**What is required:**
Going line by line through the data below, report how many lines include the word "parts", with nothing added.

(Beginning of Given entries)

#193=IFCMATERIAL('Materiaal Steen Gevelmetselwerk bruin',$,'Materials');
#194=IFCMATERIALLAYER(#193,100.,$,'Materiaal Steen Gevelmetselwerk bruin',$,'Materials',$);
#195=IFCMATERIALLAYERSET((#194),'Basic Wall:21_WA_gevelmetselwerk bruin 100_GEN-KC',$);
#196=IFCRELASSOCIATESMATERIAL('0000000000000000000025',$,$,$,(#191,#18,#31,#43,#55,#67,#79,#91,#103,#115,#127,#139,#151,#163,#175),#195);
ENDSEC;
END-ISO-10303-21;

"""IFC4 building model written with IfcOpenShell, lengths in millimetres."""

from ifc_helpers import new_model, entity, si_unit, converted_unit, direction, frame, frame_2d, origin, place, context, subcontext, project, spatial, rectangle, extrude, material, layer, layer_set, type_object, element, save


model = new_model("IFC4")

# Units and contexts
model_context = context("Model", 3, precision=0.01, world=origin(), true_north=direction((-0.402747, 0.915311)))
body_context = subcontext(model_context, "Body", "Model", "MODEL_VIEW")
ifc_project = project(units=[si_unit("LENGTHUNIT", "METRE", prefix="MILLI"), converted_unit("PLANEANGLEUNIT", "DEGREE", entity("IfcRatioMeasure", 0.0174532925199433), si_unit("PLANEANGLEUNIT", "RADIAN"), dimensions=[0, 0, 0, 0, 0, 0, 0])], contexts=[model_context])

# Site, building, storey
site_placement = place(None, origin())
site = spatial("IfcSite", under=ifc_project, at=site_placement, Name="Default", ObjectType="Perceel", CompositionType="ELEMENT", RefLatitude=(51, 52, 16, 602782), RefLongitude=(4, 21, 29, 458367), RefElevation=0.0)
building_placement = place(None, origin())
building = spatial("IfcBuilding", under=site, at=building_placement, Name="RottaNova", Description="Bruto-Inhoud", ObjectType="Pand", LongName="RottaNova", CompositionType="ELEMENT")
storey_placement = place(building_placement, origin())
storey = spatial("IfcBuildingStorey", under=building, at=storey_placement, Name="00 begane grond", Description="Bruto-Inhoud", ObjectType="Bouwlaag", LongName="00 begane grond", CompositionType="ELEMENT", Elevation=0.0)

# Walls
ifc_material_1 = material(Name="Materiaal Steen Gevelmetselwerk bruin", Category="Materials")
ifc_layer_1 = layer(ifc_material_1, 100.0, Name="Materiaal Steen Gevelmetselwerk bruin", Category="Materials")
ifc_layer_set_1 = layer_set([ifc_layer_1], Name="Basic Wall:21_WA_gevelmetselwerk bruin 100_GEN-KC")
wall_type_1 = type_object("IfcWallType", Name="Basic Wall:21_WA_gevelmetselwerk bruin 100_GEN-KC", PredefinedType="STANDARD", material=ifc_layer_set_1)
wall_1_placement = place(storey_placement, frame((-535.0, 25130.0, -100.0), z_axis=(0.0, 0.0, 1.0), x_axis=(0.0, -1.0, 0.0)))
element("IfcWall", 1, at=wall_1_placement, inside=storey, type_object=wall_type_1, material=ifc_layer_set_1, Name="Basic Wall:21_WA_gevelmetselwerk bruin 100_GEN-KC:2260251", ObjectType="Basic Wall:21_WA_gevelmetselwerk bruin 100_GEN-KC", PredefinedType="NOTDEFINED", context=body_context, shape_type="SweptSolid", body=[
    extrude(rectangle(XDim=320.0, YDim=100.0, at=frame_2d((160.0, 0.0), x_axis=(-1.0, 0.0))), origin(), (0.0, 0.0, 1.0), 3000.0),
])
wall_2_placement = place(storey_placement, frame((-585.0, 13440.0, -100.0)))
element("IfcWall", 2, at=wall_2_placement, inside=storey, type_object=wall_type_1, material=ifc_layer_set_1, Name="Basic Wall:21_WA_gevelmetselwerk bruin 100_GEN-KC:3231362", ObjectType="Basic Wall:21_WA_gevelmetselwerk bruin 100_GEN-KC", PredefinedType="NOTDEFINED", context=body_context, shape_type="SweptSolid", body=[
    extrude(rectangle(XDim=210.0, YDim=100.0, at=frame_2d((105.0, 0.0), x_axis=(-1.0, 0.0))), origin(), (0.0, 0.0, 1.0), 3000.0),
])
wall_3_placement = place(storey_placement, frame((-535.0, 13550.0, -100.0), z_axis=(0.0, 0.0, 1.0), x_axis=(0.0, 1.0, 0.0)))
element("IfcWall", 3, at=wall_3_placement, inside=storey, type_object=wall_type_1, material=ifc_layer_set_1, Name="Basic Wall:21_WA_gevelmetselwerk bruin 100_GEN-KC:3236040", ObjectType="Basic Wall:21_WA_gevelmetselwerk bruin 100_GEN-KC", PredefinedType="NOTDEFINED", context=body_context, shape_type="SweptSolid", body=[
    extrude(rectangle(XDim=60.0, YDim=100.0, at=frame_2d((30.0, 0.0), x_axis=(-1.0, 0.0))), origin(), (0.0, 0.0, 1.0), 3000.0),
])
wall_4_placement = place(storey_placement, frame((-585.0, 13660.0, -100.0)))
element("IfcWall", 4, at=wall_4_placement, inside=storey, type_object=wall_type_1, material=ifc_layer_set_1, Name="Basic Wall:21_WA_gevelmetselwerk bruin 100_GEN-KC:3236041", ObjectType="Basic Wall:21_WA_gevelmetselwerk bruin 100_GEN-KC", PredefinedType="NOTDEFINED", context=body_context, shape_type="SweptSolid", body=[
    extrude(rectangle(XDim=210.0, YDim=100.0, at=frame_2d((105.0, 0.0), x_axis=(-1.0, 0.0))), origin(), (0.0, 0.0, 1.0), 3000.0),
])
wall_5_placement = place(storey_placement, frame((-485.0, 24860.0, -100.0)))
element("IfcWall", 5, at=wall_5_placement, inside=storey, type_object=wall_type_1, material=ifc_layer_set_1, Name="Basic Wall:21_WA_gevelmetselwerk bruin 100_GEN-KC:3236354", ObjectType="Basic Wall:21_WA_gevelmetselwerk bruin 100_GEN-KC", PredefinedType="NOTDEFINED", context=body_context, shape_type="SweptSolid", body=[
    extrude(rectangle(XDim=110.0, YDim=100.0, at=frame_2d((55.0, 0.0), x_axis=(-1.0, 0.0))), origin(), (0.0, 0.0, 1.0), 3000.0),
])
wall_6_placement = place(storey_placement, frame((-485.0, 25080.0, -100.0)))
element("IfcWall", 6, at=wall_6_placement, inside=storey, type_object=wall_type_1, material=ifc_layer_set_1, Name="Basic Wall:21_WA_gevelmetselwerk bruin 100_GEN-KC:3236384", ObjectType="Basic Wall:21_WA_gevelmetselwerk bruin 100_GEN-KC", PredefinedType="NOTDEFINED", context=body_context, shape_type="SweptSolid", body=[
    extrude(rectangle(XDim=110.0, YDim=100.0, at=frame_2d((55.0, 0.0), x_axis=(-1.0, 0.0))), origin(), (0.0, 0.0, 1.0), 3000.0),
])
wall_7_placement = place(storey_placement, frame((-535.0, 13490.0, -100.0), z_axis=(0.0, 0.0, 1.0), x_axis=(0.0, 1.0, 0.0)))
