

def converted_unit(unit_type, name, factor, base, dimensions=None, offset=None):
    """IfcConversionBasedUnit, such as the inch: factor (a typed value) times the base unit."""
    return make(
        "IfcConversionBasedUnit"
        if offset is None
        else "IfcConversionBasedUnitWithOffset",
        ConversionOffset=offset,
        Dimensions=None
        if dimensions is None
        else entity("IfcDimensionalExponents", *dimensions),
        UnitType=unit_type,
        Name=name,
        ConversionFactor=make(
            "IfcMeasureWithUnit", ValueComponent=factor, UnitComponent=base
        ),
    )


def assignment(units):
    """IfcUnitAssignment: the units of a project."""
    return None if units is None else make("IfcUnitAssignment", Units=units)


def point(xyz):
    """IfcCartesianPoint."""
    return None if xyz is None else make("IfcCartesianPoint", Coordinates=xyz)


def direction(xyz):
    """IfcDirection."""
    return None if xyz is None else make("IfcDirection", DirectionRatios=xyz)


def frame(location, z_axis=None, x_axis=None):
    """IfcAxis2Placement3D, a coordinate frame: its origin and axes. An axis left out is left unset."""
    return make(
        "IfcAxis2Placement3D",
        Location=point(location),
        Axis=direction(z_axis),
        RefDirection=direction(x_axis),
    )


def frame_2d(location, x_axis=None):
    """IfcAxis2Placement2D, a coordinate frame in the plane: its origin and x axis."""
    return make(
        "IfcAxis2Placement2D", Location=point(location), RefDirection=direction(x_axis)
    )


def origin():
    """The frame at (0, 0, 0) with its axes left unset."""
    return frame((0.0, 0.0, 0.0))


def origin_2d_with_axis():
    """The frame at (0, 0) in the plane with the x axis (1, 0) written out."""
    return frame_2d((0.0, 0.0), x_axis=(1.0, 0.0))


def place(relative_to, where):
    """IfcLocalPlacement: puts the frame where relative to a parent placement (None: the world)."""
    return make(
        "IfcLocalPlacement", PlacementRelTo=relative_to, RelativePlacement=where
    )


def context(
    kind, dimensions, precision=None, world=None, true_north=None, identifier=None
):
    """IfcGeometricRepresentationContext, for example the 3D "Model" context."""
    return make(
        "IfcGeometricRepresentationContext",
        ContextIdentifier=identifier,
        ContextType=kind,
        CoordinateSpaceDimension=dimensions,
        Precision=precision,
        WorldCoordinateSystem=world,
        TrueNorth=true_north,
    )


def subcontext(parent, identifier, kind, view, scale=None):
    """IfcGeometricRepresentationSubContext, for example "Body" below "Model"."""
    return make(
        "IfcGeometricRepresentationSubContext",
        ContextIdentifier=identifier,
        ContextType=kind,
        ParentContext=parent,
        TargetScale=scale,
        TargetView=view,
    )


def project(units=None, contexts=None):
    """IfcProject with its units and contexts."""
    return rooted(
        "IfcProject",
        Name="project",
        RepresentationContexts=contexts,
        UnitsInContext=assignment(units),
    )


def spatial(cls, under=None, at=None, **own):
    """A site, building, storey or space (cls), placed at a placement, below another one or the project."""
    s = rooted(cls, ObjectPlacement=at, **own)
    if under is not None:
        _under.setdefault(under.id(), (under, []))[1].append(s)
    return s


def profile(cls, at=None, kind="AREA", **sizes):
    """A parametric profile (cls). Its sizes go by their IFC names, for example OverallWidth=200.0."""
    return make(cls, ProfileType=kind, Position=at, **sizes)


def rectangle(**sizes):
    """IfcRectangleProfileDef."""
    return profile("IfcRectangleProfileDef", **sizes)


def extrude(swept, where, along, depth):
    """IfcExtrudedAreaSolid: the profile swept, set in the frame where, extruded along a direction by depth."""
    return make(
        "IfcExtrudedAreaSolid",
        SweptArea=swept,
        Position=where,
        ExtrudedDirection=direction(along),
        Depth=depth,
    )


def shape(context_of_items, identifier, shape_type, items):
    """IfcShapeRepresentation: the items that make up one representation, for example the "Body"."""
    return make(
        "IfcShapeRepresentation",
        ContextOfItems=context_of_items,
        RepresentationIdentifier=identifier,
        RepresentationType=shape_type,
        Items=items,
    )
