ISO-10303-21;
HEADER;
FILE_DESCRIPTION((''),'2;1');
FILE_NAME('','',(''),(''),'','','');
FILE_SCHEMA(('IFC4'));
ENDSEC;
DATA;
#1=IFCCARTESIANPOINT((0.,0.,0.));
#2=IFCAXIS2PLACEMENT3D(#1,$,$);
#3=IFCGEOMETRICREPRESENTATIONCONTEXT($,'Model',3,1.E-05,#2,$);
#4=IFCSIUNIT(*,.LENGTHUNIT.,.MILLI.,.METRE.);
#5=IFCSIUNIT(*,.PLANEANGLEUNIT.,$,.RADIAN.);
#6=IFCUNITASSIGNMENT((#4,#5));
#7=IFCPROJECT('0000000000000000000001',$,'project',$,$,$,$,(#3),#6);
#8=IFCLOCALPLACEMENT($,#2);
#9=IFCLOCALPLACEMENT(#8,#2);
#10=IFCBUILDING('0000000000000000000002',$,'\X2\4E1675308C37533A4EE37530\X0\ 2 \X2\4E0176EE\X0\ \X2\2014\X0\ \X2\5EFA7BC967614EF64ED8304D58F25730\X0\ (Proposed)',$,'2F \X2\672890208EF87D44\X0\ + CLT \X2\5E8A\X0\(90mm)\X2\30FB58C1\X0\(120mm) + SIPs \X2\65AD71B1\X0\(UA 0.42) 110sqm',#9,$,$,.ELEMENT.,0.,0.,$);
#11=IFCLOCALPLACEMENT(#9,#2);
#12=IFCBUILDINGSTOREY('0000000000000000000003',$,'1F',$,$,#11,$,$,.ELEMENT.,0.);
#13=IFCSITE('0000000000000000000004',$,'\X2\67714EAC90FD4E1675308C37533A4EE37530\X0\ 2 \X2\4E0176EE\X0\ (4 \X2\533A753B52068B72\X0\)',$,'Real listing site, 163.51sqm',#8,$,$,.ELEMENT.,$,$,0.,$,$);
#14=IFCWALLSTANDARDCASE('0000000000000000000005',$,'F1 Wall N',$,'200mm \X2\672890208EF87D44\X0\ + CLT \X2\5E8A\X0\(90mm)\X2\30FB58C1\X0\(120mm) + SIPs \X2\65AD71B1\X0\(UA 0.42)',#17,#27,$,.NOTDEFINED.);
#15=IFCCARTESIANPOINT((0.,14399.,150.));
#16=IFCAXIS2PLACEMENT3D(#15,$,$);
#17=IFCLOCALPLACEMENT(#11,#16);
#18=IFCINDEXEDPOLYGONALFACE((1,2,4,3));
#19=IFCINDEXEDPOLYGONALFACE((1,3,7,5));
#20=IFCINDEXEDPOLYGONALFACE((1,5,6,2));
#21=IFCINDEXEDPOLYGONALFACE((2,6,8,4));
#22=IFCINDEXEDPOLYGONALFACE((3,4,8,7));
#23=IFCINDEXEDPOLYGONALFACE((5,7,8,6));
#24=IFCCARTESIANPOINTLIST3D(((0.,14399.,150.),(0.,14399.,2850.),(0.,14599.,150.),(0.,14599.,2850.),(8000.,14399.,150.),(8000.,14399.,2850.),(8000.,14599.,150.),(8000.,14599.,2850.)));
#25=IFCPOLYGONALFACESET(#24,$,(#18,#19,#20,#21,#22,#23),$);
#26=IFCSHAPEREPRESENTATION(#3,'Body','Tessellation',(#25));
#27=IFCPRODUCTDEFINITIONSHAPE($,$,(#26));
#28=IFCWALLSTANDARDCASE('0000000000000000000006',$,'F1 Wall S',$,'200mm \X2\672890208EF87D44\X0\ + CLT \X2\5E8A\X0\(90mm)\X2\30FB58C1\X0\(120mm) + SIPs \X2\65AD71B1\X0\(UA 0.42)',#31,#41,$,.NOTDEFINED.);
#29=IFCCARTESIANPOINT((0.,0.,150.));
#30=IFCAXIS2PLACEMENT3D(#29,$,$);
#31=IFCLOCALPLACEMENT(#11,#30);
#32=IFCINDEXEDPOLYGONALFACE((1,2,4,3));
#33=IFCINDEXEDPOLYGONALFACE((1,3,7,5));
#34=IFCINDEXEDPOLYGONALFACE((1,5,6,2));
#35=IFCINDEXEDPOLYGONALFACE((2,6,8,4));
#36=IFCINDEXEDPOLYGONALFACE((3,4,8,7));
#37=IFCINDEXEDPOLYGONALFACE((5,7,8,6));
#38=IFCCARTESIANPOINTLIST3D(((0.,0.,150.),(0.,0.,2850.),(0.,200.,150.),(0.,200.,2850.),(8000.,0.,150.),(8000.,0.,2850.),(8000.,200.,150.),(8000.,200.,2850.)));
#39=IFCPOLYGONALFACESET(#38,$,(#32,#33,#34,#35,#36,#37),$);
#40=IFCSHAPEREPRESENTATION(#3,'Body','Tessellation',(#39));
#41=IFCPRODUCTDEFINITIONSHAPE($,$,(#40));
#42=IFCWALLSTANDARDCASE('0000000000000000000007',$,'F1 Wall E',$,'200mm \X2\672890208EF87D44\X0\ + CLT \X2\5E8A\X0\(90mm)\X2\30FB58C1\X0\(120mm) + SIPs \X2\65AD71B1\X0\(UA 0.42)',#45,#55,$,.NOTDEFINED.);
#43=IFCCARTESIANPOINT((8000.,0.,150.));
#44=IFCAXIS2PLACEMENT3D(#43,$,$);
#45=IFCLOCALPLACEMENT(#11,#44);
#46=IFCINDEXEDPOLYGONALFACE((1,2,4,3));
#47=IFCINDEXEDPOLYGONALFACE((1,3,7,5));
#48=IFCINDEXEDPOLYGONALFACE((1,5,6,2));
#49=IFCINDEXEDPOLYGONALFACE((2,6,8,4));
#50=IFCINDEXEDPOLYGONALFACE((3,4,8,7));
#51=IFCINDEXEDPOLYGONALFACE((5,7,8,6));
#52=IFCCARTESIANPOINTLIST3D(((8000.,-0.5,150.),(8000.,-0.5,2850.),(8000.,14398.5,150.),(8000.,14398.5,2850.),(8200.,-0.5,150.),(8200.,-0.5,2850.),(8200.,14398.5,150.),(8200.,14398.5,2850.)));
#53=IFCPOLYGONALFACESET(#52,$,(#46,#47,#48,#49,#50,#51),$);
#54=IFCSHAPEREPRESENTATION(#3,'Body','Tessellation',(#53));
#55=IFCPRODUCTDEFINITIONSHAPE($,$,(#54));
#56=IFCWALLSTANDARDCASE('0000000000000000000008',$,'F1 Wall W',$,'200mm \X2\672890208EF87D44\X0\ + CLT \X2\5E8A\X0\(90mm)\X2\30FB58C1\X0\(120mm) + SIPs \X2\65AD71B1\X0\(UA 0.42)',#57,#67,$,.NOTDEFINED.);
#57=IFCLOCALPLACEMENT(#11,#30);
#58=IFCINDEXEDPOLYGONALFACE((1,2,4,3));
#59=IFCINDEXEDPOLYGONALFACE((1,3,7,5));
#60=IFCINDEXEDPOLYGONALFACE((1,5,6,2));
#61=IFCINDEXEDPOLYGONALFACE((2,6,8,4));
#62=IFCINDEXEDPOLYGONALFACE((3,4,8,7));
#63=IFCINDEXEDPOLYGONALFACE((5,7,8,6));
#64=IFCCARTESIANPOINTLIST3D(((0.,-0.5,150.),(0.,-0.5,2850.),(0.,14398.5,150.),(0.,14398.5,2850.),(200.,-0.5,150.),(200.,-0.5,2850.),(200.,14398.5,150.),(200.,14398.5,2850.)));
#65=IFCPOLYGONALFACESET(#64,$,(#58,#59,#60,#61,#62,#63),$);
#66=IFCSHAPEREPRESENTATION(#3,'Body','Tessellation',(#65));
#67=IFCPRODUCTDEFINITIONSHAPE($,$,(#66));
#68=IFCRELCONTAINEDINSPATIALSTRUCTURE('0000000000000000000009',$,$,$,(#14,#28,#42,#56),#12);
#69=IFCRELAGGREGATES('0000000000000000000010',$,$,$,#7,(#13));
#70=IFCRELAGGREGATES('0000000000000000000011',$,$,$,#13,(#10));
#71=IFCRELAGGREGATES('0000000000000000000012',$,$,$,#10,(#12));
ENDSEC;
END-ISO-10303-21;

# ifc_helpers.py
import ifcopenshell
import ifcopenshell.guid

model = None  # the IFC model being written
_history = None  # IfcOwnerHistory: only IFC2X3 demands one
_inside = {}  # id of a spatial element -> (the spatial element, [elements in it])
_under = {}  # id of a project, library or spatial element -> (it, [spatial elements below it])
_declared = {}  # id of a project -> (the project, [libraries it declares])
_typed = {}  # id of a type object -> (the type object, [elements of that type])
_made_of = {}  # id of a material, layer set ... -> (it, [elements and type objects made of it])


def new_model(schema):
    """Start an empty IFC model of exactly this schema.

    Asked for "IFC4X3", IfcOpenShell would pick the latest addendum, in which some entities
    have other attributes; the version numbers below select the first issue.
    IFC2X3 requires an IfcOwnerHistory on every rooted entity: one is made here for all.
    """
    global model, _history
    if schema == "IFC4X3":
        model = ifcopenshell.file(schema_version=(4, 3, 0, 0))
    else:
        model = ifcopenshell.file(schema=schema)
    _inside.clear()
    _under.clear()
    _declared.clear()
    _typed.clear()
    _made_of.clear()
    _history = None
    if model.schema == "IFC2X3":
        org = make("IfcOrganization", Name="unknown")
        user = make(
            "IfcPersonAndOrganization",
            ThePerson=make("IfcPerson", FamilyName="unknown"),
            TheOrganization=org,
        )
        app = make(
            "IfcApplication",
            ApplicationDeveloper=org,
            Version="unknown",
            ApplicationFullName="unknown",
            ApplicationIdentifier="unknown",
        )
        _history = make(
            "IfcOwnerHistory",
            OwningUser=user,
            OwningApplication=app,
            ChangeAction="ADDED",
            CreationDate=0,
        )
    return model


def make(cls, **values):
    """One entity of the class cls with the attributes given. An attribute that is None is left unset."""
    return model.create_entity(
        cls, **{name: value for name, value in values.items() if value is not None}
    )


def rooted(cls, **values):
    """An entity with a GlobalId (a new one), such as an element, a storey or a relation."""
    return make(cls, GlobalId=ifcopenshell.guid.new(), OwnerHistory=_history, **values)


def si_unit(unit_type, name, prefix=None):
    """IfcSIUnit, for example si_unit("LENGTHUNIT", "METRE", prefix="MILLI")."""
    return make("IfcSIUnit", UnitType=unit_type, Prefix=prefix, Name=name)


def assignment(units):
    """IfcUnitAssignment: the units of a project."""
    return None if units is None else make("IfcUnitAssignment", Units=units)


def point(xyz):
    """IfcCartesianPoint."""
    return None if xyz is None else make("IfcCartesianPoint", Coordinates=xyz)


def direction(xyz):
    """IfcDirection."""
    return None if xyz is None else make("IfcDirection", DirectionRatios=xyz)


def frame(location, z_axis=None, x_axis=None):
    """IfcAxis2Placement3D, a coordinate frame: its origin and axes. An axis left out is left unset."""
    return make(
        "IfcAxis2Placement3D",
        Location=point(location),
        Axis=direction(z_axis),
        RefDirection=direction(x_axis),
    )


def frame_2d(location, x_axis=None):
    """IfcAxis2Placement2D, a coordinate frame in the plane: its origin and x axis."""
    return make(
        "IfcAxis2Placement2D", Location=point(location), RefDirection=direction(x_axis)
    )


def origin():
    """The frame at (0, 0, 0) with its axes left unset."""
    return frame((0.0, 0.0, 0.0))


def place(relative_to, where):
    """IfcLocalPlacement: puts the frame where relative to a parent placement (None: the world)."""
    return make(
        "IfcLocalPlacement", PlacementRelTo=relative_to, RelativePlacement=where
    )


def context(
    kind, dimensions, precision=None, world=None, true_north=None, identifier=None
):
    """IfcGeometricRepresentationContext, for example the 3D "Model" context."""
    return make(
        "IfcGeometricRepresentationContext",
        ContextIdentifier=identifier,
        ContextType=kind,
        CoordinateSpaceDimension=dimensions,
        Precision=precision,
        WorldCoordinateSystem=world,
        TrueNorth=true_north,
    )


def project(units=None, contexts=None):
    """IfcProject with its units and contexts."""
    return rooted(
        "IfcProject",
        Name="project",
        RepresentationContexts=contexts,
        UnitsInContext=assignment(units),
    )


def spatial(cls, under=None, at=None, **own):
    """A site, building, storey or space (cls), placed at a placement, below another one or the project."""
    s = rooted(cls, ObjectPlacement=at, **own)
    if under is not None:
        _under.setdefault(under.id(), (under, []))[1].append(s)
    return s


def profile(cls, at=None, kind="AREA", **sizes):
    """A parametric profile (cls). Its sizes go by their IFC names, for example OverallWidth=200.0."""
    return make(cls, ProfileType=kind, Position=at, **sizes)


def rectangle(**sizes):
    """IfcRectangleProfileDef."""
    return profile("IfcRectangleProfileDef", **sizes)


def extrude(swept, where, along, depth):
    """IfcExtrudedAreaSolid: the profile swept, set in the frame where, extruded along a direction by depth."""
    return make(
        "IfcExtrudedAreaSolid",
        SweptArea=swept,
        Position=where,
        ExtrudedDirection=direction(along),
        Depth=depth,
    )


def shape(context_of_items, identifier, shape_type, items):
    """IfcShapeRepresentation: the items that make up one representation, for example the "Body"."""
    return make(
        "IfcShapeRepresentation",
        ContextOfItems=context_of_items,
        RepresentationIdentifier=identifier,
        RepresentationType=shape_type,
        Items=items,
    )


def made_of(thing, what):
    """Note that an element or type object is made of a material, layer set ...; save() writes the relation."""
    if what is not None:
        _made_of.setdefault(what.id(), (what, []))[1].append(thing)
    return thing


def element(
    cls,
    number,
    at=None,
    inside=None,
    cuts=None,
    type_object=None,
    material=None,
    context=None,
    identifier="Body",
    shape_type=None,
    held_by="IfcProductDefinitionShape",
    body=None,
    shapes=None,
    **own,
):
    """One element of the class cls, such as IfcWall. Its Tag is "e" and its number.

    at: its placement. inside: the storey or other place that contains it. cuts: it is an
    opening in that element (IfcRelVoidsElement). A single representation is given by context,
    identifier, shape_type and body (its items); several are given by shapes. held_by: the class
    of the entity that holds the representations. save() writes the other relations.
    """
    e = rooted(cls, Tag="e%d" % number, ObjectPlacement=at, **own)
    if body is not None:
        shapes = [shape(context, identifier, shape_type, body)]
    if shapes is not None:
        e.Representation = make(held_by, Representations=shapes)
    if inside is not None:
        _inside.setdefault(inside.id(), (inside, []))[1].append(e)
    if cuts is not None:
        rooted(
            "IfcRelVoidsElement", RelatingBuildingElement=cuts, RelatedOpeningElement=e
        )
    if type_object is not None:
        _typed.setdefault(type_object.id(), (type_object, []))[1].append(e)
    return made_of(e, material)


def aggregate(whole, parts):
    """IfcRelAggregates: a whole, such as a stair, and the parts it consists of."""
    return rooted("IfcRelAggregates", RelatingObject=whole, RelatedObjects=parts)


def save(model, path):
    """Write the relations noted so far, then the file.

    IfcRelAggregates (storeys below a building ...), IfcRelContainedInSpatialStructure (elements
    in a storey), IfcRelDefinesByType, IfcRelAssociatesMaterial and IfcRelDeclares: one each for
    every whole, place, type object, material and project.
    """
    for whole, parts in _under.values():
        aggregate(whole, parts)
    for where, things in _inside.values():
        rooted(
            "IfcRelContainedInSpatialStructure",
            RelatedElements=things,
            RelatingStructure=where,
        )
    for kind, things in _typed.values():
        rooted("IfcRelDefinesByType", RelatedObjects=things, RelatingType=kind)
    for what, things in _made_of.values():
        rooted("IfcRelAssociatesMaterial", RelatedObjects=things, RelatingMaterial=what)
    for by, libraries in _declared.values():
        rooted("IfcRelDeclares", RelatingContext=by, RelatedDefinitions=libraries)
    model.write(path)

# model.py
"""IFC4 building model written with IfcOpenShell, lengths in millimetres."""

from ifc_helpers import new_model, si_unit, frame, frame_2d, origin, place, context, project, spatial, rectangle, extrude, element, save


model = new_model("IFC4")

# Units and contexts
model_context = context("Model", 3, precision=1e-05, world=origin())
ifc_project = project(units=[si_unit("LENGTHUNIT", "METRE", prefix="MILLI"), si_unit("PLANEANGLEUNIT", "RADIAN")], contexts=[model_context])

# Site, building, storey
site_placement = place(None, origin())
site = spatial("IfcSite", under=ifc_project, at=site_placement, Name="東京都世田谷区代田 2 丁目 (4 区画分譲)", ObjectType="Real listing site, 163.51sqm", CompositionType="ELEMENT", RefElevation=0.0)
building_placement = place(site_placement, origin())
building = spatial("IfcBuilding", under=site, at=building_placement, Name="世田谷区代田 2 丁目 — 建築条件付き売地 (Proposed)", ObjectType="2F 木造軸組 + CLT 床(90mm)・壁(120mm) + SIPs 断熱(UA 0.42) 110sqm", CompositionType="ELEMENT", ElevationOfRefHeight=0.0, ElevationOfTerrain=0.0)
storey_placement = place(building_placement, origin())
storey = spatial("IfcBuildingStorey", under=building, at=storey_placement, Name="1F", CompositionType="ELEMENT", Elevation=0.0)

(End of Given entries)

**Your solution:**
5